**EXERCISE MATERIAL:**
++++

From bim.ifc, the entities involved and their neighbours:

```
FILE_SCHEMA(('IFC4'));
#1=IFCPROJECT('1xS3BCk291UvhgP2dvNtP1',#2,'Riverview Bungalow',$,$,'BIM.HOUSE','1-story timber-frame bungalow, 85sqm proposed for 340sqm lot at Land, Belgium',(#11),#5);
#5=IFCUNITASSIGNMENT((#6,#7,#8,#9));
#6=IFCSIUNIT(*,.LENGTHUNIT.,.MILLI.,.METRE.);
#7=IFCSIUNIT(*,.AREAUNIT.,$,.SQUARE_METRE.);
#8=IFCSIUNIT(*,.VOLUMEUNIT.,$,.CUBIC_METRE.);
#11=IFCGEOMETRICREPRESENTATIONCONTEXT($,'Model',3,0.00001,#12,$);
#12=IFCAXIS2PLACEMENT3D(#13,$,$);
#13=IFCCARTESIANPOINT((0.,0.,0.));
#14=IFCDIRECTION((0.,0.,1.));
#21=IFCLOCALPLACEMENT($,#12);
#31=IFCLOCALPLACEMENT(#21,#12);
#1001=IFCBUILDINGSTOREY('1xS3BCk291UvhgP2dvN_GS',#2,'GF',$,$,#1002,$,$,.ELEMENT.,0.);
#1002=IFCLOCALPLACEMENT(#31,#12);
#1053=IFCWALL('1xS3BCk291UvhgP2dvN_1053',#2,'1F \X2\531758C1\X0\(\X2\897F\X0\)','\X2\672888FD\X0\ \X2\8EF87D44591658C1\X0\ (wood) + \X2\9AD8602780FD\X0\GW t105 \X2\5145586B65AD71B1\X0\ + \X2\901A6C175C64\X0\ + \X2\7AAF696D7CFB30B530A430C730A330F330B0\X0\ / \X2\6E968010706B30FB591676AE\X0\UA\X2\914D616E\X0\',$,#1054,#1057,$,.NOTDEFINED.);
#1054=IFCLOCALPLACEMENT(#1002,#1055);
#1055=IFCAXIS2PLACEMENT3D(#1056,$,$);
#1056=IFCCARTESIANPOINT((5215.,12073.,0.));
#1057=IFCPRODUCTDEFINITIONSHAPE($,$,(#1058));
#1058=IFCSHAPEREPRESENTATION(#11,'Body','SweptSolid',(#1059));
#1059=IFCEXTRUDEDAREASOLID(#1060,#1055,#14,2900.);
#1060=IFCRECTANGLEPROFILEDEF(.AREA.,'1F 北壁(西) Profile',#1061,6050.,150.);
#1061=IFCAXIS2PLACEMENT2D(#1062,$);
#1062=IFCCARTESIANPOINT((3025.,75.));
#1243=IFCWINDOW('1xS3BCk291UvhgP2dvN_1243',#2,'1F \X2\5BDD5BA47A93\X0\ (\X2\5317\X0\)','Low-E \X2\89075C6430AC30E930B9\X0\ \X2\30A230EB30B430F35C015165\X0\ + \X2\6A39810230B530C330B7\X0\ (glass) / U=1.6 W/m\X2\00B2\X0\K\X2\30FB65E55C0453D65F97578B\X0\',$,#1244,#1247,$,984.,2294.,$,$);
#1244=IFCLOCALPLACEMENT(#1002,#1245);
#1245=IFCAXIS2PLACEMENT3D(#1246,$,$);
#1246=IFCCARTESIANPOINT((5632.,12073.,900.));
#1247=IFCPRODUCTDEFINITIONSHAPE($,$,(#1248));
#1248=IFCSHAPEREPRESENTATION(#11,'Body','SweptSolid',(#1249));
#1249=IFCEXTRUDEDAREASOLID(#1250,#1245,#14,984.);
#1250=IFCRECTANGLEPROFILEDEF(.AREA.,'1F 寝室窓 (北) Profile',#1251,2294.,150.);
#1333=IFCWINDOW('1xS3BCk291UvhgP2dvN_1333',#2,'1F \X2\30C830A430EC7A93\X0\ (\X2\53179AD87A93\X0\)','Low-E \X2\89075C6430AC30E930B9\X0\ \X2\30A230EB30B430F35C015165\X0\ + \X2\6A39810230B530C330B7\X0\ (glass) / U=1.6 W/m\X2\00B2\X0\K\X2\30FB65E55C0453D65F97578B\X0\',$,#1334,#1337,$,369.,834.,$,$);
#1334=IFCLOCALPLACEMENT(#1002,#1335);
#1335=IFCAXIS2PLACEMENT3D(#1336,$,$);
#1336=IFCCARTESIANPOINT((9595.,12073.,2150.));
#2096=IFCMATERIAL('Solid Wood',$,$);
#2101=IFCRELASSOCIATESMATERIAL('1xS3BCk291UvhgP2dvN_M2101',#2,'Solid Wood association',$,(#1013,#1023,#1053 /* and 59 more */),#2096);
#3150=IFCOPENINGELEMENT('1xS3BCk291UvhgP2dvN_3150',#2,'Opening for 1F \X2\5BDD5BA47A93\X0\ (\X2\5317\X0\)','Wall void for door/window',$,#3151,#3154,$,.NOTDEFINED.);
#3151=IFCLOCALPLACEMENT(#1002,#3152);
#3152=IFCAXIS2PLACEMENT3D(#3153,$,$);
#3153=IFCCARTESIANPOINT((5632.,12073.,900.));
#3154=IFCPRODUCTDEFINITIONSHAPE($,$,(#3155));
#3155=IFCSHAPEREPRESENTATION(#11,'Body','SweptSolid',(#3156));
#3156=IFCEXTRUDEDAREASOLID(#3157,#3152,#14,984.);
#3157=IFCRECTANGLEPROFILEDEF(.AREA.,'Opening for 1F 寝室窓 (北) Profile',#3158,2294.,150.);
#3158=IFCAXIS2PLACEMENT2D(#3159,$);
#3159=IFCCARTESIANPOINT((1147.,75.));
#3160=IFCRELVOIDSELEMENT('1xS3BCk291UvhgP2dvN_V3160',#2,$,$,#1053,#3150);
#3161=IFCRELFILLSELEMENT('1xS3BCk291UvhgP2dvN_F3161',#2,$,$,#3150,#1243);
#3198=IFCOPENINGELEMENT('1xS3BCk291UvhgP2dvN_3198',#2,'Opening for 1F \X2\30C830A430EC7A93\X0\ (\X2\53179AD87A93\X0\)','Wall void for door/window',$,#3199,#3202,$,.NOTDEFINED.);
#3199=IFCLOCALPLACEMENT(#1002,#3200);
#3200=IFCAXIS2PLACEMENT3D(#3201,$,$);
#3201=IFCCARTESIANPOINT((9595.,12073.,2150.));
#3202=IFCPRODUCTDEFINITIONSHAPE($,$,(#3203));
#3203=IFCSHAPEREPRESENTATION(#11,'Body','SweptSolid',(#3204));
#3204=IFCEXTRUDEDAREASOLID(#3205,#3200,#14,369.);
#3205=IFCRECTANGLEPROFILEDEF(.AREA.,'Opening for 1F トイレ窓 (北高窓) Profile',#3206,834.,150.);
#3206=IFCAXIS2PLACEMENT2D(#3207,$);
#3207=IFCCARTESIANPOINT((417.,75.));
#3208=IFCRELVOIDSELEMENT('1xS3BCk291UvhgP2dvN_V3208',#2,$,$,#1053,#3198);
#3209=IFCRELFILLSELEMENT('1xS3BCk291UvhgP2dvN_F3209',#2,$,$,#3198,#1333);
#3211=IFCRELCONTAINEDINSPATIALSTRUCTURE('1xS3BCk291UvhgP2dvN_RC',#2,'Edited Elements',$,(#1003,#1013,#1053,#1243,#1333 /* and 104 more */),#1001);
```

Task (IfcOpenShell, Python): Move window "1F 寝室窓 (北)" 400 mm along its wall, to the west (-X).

```python
import ifcopenshell
import ifcopenshell.api.geometry
import ifcopenshell.util.placement
import ifcopenshell.util.unit

model = ifcopenshell.open("bim.ifc")
unit_scale = ifcopenshell.util.unit.calculate_unit_scale(model)

window = model.by_guid("1xS3BCk291UvhgP2dvN_1243")
opening = window.FillsVoids[0].RelatingOpeningElement
wall = opening.VoidsElements[0].RelatingBuildingElement

wall_matrix = ifcopenshell.util.placement.get_local_placement(wall.ObjectPlacement)
shift = wall_matrix[:3, 0] * -0.4 / unit_scale
before = ifcopenshell.util.placement.get_local_placement(window.ObjectPlacement)[:3, 3].copy()

# The window is not placed relative to its opening, so move both.
for product in (opening, window):
    matrix = ifcopenshell.util.placement.get_local_placement(product.ObjectPlacement)
    matrix[:3, 3] += shift
    ifcopenshell.api.geometry.edit_object_placement(model, product=product, matrix=matrix, is_si=False)

after = ifcopenshell.util.placement.get_local_placement(window.ObjectPlacement)[:3, 3]
print("window moved by", (after - before).round(3) + 0.0)

model.write("bim_edited.ifc")
```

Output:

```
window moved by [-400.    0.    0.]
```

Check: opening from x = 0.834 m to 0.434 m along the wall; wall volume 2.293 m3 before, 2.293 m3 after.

++++

All lines above with the word "glass" need to be reported.

#1243=IFCWINDOW('1xS3BCk291UvhgP2dvN_1243',#2,'1F \X2\5BDD5BA47A93\X0\ (\X2\5317\X0\)','Low-E \X2\89075C6430AC30E930B9\X0\ \X2\30A230EB30B430F35C015165\X0\ + \X2\6A39810230B530C330B7\X0\ (glass) / U=1.6 W/m\X2\00B2\X0\K\X2\30FB65E55C0453D65F97578B\X0\',$,#1244,#1247,$,984.,2294.,$,$);
#1333=IFCWINDOW('1xS3BCk291UvhgP2dvN_1333',#2,'1F \X2\30C830A430EC7A93\X0\ (\X2\53179AD87A93\X0\)','Low-E \X2\89075C6430AC30E930B9\X0\ \X2\30A230EB30B430F35C015165\X0\ + \X2\6A39810230B530C330B7\X0\ (glass) / U=1.6 W/m\X2\00B2\X0\K\X2\30FB65E55C0453D65F97578B\X0\',$,#1334,#1337,$,369.,834.,$,$);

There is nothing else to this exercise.